The removal of his sight had heightened his other senses. He knew there were two Taleban with them. One was administering the water, but what was the other doing? He listened above the delirious moaning of Murray, who sounded barely conscious. There was the click of a case and the sound of something metallic being placed high up on a wall, on a windowsill perhaps. Was it an Improvised Explosive Device, set to be triggered by their movement? There was silence again. The two Taleban were leaving them. There were more muffled moans from the men, sounds of primitive despair as they dug their boot heels deep into the mud.

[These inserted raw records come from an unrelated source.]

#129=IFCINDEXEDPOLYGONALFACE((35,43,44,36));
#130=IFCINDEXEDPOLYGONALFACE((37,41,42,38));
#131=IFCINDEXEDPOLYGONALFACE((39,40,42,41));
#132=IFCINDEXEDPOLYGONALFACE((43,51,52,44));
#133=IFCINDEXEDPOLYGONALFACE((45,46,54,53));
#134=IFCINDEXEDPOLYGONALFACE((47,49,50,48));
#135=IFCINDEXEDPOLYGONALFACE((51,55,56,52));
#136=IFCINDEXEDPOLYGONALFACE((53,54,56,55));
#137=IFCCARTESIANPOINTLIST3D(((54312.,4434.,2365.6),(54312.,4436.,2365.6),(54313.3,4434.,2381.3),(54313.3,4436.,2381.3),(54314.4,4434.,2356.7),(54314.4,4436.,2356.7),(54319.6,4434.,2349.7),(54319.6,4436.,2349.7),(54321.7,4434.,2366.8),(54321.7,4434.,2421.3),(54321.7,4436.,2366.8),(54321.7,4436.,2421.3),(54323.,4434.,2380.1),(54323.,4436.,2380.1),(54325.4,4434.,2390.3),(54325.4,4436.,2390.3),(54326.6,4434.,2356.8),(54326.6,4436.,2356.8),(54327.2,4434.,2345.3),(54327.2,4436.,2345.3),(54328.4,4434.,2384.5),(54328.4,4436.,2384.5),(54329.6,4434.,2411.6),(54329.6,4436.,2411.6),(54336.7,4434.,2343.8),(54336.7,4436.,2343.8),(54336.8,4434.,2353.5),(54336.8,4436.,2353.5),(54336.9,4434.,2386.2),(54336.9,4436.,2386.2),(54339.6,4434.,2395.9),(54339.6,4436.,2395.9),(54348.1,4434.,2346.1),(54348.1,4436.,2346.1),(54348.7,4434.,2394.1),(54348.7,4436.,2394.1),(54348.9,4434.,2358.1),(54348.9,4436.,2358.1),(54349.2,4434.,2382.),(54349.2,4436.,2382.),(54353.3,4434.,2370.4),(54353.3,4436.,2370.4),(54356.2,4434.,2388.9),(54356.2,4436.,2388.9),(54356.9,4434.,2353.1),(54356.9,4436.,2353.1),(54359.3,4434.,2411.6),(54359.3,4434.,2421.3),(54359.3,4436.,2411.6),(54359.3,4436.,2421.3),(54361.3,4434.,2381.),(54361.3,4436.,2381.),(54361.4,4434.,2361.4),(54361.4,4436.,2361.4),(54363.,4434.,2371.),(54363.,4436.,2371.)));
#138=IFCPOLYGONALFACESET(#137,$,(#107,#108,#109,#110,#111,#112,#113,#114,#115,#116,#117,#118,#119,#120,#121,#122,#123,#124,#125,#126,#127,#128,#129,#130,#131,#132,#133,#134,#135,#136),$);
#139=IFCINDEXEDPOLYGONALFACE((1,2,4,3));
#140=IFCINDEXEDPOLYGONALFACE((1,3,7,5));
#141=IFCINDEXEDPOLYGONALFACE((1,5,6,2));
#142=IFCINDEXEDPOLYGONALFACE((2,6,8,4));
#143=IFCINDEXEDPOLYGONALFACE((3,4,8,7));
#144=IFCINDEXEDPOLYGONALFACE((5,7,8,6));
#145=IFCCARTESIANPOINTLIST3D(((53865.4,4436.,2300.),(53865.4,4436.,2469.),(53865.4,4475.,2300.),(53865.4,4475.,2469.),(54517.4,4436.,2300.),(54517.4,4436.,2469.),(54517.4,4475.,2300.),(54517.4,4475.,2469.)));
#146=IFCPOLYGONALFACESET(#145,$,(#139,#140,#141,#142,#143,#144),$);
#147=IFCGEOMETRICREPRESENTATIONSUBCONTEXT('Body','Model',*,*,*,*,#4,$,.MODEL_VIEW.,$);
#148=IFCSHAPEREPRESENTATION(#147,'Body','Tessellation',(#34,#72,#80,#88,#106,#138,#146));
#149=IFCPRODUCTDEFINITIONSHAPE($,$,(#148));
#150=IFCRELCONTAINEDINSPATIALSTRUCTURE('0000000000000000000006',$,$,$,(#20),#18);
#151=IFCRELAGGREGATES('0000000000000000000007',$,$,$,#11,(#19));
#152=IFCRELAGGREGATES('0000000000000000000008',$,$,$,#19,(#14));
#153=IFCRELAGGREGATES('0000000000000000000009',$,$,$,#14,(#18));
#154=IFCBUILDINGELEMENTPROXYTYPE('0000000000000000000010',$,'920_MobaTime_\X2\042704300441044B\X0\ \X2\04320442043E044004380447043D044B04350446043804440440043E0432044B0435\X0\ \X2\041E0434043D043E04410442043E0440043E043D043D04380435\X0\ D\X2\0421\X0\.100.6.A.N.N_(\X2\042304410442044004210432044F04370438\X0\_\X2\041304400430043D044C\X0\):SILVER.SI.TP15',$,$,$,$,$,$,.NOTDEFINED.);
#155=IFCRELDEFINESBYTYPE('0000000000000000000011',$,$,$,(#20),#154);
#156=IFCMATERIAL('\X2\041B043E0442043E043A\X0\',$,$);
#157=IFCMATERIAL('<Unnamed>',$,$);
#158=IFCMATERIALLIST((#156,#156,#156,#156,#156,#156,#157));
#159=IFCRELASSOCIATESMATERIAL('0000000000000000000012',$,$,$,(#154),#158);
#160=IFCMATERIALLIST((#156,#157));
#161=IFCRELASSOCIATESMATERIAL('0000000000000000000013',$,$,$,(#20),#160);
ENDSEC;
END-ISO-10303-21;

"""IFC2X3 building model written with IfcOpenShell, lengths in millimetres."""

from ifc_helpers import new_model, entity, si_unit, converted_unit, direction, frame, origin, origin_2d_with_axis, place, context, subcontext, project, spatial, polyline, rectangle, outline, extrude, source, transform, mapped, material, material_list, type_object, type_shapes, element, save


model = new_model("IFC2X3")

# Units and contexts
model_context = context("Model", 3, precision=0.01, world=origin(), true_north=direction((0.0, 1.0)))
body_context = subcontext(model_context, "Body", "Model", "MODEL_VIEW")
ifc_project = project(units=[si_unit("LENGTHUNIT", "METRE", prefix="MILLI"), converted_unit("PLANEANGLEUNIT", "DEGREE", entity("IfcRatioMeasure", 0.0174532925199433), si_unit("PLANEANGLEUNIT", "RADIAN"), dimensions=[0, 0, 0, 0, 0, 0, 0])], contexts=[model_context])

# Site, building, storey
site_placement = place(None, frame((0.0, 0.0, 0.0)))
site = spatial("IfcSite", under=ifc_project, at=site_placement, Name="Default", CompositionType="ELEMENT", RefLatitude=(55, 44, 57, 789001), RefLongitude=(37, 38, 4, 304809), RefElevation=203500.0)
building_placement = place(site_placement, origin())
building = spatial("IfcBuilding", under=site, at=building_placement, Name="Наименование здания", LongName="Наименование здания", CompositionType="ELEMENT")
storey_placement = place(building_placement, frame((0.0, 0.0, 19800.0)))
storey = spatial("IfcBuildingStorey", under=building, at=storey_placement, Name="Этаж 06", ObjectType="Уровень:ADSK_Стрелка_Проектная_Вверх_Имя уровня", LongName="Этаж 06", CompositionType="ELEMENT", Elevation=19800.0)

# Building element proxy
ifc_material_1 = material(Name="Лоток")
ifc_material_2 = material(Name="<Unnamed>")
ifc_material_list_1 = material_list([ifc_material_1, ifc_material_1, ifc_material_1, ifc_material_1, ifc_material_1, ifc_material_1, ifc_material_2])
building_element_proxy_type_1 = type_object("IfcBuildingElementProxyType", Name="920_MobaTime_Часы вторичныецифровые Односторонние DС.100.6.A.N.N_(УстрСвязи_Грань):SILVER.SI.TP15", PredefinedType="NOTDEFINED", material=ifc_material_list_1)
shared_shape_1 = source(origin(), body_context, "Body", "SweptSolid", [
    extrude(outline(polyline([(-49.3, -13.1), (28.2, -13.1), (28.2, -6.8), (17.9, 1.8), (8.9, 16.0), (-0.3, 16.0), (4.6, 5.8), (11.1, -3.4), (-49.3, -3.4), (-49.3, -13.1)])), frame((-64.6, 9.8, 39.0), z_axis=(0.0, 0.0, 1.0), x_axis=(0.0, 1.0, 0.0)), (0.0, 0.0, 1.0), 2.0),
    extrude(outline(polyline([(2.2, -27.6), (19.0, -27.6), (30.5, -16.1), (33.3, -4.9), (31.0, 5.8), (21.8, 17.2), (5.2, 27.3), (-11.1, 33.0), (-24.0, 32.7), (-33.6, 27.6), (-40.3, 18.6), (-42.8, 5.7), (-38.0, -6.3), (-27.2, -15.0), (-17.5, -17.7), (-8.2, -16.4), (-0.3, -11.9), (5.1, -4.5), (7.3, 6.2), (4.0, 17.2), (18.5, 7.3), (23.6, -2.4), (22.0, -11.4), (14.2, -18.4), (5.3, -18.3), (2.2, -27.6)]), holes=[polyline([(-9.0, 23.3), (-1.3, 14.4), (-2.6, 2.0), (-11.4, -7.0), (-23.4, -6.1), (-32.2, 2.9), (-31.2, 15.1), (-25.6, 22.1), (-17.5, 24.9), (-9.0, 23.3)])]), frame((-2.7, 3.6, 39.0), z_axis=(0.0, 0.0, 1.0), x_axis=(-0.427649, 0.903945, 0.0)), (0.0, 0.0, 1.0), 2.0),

Oaks heard the 4x4 start up outside. He was expecting some wheelspin, a triumphant circling of the prisoners before it roared off. But the vehicle just drove back down the track, as casually as his father’s station wagon when he used to leave for work, until the sound of its engine was lost in the stillness of the night. That slowness terrified him. It was too calm, too rehearsed, indicative of a bigger plan.

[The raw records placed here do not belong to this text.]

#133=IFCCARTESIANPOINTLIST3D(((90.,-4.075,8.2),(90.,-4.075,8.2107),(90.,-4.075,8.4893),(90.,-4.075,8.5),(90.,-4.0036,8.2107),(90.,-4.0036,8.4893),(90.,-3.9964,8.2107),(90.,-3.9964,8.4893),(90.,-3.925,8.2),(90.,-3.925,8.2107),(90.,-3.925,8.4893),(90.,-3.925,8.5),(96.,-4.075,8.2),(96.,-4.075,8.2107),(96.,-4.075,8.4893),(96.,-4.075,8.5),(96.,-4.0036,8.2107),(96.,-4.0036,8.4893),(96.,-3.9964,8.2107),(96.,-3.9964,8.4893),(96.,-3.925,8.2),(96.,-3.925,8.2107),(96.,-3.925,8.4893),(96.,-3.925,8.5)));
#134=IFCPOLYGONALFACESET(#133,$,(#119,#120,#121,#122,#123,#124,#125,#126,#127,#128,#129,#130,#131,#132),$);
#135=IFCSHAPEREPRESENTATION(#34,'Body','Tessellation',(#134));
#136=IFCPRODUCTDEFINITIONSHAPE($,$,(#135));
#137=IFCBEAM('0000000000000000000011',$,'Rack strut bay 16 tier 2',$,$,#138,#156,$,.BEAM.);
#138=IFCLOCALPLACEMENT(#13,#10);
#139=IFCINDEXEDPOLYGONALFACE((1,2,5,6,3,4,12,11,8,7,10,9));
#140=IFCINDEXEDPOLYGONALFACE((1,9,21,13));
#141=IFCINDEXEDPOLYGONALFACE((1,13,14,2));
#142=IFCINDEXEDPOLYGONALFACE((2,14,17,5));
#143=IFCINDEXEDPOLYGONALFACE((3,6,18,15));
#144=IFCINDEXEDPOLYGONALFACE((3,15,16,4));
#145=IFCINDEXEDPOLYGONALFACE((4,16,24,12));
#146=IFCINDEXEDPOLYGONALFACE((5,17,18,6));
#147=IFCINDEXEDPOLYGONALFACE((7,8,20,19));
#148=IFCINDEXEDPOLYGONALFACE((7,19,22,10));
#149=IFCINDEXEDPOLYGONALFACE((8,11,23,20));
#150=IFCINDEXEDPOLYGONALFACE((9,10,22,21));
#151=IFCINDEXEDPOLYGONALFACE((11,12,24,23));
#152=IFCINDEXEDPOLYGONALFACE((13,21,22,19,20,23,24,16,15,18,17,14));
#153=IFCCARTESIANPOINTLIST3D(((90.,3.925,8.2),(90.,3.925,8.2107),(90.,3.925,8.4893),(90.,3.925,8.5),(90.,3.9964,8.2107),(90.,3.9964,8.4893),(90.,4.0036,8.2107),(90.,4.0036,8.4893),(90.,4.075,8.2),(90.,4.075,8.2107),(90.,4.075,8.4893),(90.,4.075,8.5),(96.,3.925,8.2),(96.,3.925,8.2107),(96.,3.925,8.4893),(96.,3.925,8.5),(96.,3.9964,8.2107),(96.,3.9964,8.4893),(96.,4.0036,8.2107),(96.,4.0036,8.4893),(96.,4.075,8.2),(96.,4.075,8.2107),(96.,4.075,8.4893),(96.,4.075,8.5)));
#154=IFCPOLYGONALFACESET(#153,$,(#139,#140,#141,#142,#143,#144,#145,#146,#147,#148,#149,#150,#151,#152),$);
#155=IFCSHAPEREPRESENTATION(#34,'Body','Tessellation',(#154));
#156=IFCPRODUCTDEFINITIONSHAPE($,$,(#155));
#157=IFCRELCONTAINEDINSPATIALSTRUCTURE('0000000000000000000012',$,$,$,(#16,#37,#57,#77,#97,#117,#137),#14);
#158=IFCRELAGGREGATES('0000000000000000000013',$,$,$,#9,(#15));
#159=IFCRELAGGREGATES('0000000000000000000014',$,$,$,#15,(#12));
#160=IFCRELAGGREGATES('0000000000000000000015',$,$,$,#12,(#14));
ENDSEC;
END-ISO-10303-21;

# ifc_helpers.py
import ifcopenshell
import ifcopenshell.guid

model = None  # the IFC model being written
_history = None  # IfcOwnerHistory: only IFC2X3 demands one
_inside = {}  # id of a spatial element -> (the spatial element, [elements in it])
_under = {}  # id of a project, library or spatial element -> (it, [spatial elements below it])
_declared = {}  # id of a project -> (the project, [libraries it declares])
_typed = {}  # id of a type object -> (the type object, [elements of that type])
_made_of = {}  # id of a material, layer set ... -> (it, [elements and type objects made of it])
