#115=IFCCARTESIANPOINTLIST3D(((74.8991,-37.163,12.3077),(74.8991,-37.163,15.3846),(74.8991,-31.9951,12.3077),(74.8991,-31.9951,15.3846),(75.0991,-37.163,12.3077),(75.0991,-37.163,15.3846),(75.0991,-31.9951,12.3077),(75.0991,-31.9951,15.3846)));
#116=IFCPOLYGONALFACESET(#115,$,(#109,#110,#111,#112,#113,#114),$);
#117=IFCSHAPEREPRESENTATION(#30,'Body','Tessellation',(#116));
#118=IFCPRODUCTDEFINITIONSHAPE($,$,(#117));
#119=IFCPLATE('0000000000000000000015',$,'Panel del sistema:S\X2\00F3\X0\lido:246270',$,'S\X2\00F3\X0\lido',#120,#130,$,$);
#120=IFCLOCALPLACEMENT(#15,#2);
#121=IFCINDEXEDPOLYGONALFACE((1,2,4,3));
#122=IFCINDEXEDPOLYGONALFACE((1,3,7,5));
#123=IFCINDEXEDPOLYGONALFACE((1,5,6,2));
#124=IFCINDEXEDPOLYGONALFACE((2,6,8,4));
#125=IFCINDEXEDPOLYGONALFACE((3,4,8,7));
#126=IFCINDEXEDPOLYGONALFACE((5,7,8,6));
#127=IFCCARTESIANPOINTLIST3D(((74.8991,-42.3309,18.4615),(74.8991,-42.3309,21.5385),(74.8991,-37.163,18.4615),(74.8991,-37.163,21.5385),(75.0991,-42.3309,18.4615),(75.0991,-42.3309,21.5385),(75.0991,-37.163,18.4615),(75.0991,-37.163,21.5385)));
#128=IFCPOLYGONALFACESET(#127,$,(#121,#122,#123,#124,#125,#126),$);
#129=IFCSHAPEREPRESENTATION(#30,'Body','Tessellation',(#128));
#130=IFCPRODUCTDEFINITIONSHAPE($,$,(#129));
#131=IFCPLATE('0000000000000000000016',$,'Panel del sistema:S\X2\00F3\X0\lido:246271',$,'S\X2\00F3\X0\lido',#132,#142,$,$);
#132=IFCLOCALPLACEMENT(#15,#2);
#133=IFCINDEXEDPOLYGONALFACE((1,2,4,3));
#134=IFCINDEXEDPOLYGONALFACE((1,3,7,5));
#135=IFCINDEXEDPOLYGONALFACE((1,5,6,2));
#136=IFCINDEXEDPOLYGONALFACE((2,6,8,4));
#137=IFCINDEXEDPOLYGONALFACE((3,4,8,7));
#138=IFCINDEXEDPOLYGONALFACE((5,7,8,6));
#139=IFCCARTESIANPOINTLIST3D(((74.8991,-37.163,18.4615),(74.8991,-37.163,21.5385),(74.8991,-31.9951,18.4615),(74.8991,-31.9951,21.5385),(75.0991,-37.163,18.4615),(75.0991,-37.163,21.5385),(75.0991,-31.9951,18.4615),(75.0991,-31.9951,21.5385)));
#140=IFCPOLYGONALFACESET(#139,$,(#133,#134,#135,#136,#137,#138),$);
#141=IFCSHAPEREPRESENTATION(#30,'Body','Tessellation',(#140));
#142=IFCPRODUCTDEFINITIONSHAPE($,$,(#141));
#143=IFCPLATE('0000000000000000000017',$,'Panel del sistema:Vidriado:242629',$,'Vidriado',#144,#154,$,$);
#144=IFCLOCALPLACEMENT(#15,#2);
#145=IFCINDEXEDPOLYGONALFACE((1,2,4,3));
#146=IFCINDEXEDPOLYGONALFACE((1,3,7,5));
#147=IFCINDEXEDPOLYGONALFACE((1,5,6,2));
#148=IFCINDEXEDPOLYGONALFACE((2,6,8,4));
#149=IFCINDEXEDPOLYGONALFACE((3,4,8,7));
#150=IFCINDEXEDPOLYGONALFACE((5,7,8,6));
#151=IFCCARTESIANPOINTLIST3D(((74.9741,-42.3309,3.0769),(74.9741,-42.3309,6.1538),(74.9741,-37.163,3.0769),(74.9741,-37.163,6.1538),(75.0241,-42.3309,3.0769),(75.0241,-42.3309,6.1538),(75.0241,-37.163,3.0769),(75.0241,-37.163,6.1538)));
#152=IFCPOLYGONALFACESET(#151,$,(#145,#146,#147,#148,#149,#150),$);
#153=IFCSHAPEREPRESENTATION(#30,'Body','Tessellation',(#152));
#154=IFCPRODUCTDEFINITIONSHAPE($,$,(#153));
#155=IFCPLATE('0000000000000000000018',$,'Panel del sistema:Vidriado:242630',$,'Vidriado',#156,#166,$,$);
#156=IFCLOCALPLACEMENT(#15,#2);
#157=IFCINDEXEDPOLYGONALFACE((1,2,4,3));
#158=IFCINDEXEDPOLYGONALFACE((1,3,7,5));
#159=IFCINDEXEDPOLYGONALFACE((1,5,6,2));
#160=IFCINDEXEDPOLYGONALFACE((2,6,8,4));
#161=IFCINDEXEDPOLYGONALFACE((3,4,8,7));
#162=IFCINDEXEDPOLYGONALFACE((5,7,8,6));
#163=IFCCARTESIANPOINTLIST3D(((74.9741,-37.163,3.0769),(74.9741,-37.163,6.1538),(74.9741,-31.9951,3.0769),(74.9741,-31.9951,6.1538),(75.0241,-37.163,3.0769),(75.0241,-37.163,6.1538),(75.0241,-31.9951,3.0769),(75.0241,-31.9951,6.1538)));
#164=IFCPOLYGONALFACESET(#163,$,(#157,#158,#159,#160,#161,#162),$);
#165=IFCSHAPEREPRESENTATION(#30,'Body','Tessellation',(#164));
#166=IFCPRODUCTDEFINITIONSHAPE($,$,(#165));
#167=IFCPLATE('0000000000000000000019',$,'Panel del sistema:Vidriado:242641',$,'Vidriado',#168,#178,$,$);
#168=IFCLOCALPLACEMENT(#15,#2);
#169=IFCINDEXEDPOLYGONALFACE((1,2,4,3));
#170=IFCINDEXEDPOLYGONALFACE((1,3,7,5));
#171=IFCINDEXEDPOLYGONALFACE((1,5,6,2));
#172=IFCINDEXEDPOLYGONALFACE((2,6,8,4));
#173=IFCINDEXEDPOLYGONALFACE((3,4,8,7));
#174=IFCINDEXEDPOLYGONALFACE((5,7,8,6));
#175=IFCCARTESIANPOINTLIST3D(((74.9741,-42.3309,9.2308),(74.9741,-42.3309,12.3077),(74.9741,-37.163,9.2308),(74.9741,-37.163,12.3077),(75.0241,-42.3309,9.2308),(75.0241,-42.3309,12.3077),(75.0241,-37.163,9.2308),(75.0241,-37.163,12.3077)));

Ten, maybe fifteen minutes later, his thoughts were interrupted by the sound of someone speaking Urdu, coming from close by. Oaks’s tired brain struggled to work out what was happening, whether he was hallucinating. He tried to focus on the name the man had given when he first spoke. It hung in the air above them like a paper kite, nagging at Oaks’s mind as it bobbed in the evening breeze: Salim.

3

This was the moment Omar Rashid had been trained for, but he had never actually expected it to happen, not to him. But there it was, an unambiguous flashing light on his console. He knew his life would never be the same again. He was just a junior analyst on the SIGINT graveyard shift, always had been, ever since he’d signed up to the National Security Agency at Fort Meade in Maryland. And that was exactly how he liked it. Success happened to the ambitious, to the hungry. Rashid was more than happy to draw his modest salary and listen through the night to the regional traffic, before heading home to his basement apartment in Baltimore. He enjoyed his work, but it wasn’t loyalty to the NSA that drove him.